- Location: Mount Edziza Provincial Park, British Columbia
- Coordinates: 57°20′55″N 130°35′20″W﻿ / ﻿57.34861°N 130.58889°W
- Primary outflows: Little Iskut River
- Basin countries: Canada

= Little Ball Lake =

Lake in British Columbia, Canada

Little Ball Lake is a small lake in Cassiar Land District of northwestern British Columbia, Canada. It lies at the head of the Little Iskut River just south of Kounugu Mountain at the southeastern end of the Spectrum Range in Mount Edziza Provincial Park. The lake contains one island and Ball Creek flows in its vicinity.

Little Ball Lake was referred to as Kounugu Lake by Canadian volcanologist Jack Souther who studied the Mount Edziza volcanic complex in detail for many years.
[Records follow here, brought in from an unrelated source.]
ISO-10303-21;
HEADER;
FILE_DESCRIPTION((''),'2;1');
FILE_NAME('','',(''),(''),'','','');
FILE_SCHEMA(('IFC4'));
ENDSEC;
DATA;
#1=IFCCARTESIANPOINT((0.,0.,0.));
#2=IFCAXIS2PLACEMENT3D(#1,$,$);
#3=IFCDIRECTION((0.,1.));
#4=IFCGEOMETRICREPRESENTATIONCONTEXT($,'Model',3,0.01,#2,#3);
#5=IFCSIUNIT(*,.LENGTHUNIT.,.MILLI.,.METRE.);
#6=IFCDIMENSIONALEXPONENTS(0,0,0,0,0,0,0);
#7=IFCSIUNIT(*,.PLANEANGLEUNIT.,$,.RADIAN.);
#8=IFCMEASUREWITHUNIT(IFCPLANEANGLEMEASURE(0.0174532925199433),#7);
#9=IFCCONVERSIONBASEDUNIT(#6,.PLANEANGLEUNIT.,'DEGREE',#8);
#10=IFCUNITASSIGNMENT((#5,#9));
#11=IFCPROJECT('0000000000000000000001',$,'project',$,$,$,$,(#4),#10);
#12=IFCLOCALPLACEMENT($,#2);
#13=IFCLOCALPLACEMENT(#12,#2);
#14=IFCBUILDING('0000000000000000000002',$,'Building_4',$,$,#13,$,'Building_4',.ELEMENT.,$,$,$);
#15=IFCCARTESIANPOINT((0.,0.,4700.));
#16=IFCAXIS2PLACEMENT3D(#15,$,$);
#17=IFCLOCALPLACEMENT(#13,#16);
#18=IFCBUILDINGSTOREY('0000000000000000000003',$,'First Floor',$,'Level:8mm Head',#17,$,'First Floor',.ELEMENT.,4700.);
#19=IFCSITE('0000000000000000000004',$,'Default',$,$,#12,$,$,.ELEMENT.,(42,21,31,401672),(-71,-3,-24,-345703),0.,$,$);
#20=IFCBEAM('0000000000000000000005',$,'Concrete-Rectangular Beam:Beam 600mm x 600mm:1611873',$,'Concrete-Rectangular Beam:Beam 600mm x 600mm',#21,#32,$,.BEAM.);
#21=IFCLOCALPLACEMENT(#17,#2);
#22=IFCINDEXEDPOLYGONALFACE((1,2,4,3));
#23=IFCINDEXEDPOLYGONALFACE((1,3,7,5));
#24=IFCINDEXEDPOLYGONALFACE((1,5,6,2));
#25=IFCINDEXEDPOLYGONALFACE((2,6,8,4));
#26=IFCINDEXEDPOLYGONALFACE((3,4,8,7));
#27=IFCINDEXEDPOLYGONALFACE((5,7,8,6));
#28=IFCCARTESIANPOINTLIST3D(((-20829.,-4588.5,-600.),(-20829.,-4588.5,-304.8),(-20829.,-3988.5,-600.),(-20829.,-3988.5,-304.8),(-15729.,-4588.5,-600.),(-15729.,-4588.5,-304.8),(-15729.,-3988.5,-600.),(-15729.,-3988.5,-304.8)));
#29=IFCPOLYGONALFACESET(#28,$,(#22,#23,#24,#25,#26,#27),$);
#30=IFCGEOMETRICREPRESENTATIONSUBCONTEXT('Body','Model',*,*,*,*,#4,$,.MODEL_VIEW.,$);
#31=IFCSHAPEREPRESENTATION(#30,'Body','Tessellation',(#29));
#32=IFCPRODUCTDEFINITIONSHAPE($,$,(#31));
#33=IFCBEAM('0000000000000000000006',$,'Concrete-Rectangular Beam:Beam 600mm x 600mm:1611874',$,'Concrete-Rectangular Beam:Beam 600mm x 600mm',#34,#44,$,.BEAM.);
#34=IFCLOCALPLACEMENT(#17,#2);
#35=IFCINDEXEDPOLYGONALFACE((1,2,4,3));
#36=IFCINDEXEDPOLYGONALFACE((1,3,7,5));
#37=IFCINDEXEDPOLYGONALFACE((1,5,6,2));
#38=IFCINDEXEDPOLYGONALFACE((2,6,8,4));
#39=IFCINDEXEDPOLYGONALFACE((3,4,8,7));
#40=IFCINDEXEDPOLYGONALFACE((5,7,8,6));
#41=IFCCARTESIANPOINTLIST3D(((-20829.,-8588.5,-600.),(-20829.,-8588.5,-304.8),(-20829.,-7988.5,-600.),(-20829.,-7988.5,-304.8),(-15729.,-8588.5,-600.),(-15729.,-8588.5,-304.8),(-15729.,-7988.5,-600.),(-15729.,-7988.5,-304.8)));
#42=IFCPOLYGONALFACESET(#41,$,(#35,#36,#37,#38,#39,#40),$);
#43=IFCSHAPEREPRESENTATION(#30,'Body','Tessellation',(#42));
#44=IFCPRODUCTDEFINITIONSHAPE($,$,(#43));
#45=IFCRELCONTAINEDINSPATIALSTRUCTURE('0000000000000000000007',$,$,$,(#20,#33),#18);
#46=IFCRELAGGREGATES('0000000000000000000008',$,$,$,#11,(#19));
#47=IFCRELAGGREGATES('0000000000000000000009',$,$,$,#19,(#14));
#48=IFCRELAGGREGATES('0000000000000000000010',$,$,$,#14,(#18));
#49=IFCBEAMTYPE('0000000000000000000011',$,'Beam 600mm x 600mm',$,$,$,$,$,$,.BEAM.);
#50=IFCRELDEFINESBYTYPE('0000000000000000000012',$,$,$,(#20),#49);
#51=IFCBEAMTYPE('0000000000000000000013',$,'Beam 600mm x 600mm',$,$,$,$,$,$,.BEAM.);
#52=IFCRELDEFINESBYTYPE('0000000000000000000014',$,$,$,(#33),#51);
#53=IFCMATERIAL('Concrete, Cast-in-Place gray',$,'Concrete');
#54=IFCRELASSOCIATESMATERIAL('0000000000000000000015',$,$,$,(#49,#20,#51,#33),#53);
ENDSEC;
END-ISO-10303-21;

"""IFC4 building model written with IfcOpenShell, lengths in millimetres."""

from ifc_helpers import new_model, entity, si_unit, converted_unit, direction, frame, origin, place, context, subcontext, project, spatial, indexed_curve, outline, extrude, source, transform, mapped, material, type_object, type_shapes, element, save


model = new_model("IFC4")

# Units and contexts
model_context = context("Model", 3, precision=0.01, world=origin(), true_north=direction((0.0, 1.0)))
body_context = subcontext(model_context, "Body", "Model", "MODEL_VIEW")
ifc_project = project(units=[si_unit("LENGTHUNIT", "METRE", prefix="MILLI"), converted_unit("PLANEANGLEUNIT", "DEGREE", entity("IfcPlaneAngleMeasure", 0.0174532925199433), si_unit("PLANEANGLEUNIT", "RADIAN"), dimensions=[0, 0, 0, 0, 0, 0, 0])], contexts=[model_context])

# Site, building, storey
site_placement = place(None, origin())
site = spatial("IfcSite", under=ifc_project, at=site_placement, Name="Default", CompositionType="ELEMENT", RefLatitude=(42, 21, 31, 401672), RefLongitude=(-71, -3, -24, -345703), RefElevation=0.0)
building_placement = place(site_placement, origin())
building = spatial("IfcBuilding", under=site, at=building_placement, Name="Building_4", LongName="Building_4", CompositionType="ELEMENT")
storey_placement = place(building_placement, frame((0.0, 0.0, 4700.0)))
storey = spatial("IfcBuildingStorey", under=building, at=storey_placement, Name="First Floor", ObjectType="Level:8mm Head", LongName="First Floor", CompositionType="ELEMENT", Elevation=4700.0)

# Beams
ifc_material = material(Name="Concrete, Cast-in-Place gray", Category="Concrete")
beam_type_1 = type_object("IfcBeamType", Name="Beam 600mm x 600mm", PredefinedType="BEAM", material=ifc_material)
shared_shape_1 = source(origin(), body_context, "Body", "SweptSolid", [
    extrude(outline(indexed_curve([(-147.6, -300.0), (147.6, -300.0), (147.6, 300.0), (-147.6, 300.0), (-147.6, -300.0)], self_intersect=False)), frame((-15729.0, -4288.5, 4247.6), z_axis=(-1.0, 0.0, 0.0), x_axis=(0.0, 0.0, -1.0)), (0.0, 0.0, 1.0), 5100.0),
])
type_shapes(beam_type_1, [shared_shape_1])
beam_1_placement = place(storey_placement, frame((0.0, 0.0, -4700.0)))
element("IfcBeam", 1, at=beam_1_placement, inside=storey, type_object=beam_type_1, material=ifc_material, Name="Concrete-Rectangular Beam:Beam 600mm x 600mm:1611873", ObjectType="Concrete-Rectangular Beam:Beam 600mm x 600mm", PredefinedType="BEAM", context=body_context, shape_type="MappedRepresentation", body=[
    mapped(shared_shape_1, transform((0.0, 0.0, 0.0), scale=1.0)),
])
beam_type_2 = type_object("IfcBeamType", Name="Beam 600mm x 600mm", PredefinedType="BEAM", material=ifc_material)
shared_shape_2 = source(origin(), body_context, "Body", "SweptSolid", [
    extrude(outline(indexed_curve([(-147.6, -300.0), (147.6, -300.0), (147.6, 300.0), (-147.6, 300.0), (-147.6, -300.0)], self_intersect=False)), frame((-20829.0, -8288.5, 4247.6), z_axis=(1.0, 0.0, 0.0), x_axis=(0.0, 0.0, -1.0)), (0.0, 0.0, 1.0), 5100.0),
])
type_shapes(beam_type_2, [shared_shape_2])
beam_2_placement = place(storey_placement, frame((0.0, 0.0, -4700.0)))
element("IfcBeam", 2, at=beam_2_placement, inside=storey, type_object=beam_type_2, material=ifc_material, Name="Concrete-Rectangular Beam:Beam 600mm x 600mm:1611874", ObjectType="Concrete-Rectangular Beam:Beam 600mm x 600mm", PredefinedType="BEAM", context=body_context, shape_type="MappedRepresentation", body=[
    mapped(shared_shape_2, transform((0.0, 0.0, 0.0), scale=1.0)),
])

save(model, "model.ifc")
Kounugu was the guardian of fresh water in Tahltan folklore "who slept throughout the day on top of the well that contained his treasure".

Little Ball Lake is one of several lakes that are large enough to be used by float-equipped aircraft to gain access to Mount Edziza Provincial Park. However, landing on the lake with a private aircraft requires a letter of authorization from the BC Parks Stikine Senior Park Ranger.

Little Ball Lake's mean annual discharge is estimated at 0.135 m3/s. Its watershed covers 3.79 km2 which is entirely within Mount Edziza Provincial Park. The watershed drains parts of the Mount Edziza volcanic complex. The watershed's land cover is classified as 43% barren, 25.4% herbaceous, 20.4% shrubland, 10.1% water, 0.7% snow/glacier and 0.5% conifer forest.